:: STUDY MATERIAL
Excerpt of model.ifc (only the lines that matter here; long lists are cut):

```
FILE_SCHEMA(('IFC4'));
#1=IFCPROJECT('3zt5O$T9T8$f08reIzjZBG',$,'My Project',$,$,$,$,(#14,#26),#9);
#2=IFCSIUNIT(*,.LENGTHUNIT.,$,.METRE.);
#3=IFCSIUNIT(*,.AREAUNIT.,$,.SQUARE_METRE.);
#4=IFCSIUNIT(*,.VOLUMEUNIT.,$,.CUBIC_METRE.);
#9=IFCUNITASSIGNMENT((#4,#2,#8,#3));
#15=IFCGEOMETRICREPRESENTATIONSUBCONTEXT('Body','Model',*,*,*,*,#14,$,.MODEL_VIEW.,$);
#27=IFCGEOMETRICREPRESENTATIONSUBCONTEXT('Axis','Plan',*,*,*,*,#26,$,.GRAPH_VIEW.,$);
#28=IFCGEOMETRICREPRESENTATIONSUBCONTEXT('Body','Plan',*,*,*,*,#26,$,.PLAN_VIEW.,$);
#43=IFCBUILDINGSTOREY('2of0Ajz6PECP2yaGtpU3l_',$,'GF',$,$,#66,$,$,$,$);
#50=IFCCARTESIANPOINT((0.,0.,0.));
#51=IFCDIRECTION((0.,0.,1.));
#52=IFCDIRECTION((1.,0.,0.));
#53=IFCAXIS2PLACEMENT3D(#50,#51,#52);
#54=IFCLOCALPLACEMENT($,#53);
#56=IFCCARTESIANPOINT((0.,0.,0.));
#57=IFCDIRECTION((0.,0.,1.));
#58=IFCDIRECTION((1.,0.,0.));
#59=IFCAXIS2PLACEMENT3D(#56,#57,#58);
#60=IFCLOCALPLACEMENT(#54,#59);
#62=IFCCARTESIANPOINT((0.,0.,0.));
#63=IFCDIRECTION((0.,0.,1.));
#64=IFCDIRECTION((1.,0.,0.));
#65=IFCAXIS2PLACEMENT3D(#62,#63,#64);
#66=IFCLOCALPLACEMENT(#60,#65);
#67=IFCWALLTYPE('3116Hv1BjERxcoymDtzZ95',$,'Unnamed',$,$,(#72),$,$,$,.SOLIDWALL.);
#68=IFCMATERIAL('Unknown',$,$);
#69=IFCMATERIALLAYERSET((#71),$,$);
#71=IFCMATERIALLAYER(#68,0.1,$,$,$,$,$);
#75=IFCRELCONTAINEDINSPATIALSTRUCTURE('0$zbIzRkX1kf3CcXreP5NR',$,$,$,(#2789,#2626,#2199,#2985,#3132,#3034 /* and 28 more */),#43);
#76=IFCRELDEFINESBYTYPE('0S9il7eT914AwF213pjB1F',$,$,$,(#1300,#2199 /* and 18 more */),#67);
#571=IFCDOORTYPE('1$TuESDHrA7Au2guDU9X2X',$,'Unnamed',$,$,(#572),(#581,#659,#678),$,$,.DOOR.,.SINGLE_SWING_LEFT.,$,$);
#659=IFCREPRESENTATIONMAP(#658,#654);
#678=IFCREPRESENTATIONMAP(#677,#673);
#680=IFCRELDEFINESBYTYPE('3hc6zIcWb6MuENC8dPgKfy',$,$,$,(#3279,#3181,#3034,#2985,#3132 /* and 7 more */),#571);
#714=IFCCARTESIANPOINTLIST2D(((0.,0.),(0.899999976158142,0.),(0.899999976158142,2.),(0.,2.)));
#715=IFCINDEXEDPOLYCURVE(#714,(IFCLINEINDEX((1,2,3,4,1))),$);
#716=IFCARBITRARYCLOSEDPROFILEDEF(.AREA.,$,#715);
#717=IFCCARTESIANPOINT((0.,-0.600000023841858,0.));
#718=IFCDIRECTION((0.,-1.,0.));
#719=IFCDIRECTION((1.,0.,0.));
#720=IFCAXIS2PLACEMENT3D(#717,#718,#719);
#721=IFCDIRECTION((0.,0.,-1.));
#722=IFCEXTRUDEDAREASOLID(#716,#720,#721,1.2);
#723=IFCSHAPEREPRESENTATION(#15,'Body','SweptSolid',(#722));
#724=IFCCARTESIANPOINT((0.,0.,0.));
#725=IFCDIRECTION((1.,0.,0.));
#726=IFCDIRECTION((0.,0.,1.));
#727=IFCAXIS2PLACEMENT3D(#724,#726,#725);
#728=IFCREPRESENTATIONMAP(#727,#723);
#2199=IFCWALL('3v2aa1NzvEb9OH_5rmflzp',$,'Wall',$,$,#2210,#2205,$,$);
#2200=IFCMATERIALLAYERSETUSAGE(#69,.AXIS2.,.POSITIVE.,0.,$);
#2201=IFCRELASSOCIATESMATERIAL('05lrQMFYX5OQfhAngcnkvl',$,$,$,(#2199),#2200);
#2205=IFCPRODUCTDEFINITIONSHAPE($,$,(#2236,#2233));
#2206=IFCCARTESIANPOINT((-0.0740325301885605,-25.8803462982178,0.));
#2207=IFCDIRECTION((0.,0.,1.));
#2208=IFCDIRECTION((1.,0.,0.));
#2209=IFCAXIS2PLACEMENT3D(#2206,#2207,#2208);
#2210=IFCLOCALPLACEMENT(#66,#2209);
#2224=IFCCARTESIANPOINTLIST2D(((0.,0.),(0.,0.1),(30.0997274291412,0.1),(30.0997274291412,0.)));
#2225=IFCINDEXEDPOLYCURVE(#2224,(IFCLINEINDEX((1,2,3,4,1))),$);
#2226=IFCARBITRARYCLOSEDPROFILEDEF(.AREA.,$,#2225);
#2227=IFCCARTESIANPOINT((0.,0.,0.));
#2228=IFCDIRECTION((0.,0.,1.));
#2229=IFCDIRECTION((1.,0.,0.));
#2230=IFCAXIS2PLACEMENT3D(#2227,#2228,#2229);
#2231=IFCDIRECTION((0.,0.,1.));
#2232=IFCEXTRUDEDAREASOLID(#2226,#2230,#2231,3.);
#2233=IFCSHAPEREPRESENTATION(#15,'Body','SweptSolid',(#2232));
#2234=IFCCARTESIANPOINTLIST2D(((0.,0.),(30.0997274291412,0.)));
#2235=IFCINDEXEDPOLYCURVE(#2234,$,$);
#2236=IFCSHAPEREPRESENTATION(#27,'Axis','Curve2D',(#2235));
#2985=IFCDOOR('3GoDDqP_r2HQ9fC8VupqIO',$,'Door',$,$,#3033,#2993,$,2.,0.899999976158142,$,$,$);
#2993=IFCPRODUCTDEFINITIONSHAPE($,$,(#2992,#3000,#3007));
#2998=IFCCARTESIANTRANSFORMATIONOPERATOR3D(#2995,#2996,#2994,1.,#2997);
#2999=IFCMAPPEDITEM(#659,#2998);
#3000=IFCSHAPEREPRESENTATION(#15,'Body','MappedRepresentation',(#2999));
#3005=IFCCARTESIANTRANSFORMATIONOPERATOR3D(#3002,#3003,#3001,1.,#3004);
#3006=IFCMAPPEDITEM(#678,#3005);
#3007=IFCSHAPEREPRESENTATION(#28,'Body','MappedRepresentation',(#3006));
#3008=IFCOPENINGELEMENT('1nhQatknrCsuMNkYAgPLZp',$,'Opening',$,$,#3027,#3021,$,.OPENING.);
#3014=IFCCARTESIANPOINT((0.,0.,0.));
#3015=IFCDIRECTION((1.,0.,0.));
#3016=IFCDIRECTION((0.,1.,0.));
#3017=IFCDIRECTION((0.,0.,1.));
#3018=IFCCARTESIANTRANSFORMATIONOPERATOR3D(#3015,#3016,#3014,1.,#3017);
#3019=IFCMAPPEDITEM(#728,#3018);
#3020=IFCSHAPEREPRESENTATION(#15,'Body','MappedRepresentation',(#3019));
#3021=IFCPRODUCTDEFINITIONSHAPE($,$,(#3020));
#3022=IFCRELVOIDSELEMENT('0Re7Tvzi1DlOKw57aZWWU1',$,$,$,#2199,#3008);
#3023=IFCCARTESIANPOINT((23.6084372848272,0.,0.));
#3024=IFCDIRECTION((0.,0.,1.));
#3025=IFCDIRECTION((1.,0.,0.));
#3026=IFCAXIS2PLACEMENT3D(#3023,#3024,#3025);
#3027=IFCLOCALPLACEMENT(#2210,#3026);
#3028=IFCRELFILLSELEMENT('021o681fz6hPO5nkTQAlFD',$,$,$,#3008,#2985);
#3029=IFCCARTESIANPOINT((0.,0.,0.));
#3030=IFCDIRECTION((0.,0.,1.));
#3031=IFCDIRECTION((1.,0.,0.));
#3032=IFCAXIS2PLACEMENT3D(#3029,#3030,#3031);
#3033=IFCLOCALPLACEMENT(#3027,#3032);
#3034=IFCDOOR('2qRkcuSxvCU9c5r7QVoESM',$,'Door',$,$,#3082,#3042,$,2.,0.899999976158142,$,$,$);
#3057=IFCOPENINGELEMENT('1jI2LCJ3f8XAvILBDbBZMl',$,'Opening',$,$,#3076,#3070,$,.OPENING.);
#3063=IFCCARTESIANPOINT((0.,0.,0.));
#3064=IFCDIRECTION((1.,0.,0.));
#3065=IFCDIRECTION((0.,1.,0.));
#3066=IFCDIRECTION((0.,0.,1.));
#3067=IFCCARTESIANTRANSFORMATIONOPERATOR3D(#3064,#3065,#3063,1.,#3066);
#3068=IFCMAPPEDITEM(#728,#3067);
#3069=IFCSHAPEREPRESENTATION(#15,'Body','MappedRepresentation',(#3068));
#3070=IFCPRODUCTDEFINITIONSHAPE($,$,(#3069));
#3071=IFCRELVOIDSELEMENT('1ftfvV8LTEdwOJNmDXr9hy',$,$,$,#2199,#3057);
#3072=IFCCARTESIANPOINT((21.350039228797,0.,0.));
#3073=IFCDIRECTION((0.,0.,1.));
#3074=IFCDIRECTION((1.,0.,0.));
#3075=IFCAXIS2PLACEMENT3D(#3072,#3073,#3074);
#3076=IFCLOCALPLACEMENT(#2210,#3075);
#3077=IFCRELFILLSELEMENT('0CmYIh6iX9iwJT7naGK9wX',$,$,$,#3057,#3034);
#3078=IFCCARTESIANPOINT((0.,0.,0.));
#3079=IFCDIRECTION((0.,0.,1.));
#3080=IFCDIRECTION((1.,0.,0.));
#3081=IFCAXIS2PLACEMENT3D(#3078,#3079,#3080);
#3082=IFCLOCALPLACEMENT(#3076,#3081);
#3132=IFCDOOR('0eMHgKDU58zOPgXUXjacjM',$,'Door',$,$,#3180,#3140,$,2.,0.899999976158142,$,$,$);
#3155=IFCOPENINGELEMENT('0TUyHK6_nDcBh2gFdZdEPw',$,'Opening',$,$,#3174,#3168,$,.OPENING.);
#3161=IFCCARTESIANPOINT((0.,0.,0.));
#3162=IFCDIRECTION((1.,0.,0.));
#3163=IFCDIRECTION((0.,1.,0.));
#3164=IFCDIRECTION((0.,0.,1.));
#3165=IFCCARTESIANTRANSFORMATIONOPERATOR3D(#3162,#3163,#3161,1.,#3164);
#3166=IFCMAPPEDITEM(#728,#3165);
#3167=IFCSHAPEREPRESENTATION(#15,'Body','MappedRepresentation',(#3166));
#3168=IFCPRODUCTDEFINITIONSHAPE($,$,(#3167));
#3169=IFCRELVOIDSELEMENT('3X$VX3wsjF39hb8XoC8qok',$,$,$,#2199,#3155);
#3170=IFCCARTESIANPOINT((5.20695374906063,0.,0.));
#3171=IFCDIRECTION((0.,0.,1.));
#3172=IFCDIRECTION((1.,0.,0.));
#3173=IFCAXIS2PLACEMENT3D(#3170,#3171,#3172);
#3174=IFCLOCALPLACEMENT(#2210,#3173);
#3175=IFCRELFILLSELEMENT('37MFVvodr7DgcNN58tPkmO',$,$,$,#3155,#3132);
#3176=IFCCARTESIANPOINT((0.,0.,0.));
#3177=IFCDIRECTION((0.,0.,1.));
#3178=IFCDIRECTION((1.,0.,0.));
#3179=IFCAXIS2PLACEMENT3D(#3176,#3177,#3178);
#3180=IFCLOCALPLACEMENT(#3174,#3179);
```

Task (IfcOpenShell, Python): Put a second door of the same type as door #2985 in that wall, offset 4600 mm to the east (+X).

```python
import ifcopenshell
import ifcopenshell.api.feature
import ifcopenshell.api.geometry
import ifcopenshell.api.root
import ifcopenshell.geom
import ifcopenshell.util.element
import ifcopenshell.util.placement
import ifcopenshell.util.shape
import ifcopenshell.util.unit

model = ifcopenshell.open("model.ifc")
unit_scale = ifcopenshell.util.unit.calculate_unit_scale(model)
settings = ifcopenshell.geom.settings()


def volume(element):
    """Net volume in cubic metres, openings subtracted."""
    shape = ifcopenshell.geom.create_shape(settings, element)
    return ifcopenshell.util.shape.get_volume(shape.geometry)


door = model.by_guid("3GoDDqP_r2HQ9fC8VupqIO")
opening = door.FillsVoids[0].RelatingOpeningElement
wall = opening.VoidsElements[0].RelatingBuildingElement
before = volume(wall)
shift = ifcopenshell.util.placement.get_local_placement(wall.ObjectPlacement)[:3, 0] * 4.6 / unit_scale

# copy_class copies the void relationship, type, container and properties, but no geometry.
new_opening = ifcopenshell.api.root.copy_class(model, product=opening)
new_opening.Representation = ifcopenshell.util.element.copy_deep(
    model, opening.Representation, exclude=["IfcGeometricRepresentationContext", "IfcRepresentationMap"]
)
new_door = ifcopenshell.api.root.copy_class(model, product=door)
new_door.Representation = ifcopenshell.util.element.copy_deep(
    model, door.Representation, exclude=["IfcGeometricRepresentationContext", "IfcRepresentationMap"]
)
ifcopenshell.api.feature.add_filling(model, opening=new_opening, element=new_door)

for old, new in ((opening, new_opening), (door, new_door)):
    matrix = ifcopenshell.util.placement.get_local_placement(old.ObjectPlacement)
    matrix[:3, 3] += shift
    ifcopenshell.api.geometry.edit_object_placement(model, product=new, matrix=matrix, is_si=False)

after = volume(wall)

print(f"wall volume {before:.3f} -> {after:.3f} m3")

model.write("model_v2.ifc")
```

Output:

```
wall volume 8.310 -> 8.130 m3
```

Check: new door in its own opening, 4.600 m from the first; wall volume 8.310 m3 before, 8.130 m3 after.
::::
WORK TO COMPLETE
Reply with nothing but a number. State how many lines in the records hold the word "IFCMAPPEDITEM".

OUTPUT FOR THIS TASK
5